**Requirement**
Check the entries below and say how many lines include the word "IFCLOCALPLACEMENT". No other text is wanted.

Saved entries
----

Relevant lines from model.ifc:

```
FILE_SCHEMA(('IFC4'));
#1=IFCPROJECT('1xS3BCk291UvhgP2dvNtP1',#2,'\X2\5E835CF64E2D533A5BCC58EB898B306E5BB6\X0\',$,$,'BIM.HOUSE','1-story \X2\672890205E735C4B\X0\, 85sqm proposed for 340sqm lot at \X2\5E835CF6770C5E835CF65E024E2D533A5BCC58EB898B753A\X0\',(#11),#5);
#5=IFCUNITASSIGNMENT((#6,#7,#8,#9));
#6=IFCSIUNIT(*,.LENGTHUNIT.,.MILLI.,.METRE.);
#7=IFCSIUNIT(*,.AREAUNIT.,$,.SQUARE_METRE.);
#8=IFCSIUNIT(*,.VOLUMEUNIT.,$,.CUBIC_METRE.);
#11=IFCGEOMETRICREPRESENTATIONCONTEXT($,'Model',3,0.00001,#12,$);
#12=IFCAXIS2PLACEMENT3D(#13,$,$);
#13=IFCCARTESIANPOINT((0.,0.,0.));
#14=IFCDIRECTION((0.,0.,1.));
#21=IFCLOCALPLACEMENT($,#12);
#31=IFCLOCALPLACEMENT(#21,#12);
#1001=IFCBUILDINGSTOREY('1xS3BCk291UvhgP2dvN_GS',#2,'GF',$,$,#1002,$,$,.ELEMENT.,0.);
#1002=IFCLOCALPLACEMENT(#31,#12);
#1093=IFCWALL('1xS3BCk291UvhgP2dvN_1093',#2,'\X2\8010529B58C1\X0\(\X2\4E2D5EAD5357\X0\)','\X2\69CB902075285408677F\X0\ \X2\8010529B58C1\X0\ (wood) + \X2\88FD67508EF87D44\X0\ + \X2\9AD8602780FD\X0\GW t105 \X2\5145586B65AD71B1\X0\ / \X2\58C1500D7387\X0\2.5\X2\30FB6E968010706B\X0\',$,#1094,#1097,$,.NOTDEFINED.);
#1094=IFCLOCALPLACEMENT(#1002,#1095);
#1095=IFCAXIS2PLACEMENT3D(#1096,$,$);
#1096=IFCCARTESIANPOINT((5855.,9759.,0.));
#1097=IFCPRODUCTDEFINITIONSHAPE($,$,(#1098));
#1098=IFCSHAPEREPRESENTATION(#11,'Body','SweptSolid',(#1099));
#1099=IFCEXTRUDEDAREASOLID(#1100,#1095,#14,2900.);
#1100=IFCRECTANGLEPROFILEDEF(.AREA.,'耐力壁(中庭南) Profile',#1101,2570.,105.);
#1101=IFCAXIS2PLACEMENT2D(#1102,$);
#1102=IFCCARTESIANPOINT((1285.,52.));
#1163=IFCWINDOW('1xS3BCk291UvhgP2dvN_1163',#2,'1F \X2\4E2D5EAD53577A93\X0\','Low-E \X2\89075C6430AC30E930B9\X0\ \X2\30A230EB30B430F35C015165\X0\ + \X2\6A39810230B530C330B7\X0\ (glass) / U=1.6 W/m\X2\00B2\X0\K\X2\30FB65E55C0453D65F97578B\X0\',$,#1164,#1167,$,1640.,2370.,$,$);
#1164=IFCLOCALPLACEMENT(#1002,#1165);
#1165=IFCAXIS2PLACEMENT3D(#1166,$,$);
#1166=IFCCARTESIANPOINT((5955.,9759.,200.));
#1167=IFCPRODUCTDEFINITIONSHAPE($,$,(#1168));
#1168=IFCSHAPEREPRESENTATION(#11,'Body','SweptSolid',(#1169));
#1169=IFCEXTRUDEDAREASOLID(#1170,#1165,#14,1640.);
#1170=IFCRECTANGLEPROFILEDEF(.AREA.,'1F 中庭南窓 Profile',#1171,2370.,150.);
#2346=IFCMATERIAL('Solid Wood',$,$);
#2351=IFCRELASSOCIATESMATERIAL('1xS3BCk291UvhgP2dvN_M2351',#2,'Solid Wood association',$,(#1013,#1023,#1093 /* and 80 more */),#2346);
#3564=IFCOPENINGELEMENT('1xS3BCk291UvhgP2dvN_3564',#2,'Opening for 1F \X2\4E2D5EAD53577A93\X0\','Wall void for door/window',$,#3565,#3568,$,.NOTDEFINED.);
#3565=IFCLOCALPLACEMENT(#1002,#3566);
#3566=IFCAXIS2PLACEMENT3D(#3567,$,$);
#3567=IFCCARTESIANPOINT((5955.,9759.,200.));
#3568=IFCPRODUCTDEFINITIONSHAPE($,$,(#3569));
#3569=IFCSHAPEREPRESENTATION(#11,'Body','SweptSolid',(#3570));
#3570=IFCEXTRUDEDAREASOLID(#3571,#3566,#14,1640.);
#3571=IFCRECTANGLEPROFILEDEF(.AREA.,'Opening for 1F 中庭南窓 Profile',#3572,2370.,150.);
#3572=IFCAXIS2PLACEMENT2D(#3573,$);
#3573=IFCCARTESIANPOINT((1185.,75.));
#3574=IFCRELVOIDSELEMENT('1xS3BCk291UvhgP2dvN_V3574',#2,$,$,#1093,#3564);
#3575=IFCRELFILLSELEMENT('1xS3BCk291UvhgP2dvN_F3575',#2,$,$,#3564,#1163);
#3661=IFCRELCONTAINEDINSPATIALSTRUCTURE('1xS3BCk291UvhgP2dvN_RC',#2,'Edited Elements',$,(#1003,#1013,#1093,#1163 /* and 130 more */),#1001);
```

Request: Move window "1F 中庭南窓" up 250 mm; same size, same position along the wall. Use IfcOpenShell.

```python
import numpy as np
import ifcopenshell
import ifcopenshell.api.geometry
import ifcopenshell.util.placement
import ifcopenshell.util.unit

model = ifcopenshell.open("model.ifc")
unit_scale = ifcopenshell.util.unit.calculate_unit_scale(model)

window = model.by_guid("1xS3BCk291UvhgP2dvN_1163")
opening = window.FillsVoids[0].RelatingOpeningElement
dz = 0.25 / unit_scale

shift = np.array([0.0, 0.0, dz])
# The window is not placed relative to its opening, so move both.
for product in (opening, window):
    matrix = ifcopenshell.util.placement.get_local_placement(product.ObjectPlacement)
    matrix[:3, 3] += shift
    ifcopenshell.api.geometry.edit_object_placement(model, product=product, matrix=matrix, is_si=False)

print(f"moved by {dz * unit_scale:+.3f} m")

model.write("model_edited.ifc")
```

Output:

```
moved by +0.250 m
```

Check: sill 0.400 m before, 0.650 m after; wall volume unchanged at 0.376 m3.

----

**Result of this task**
6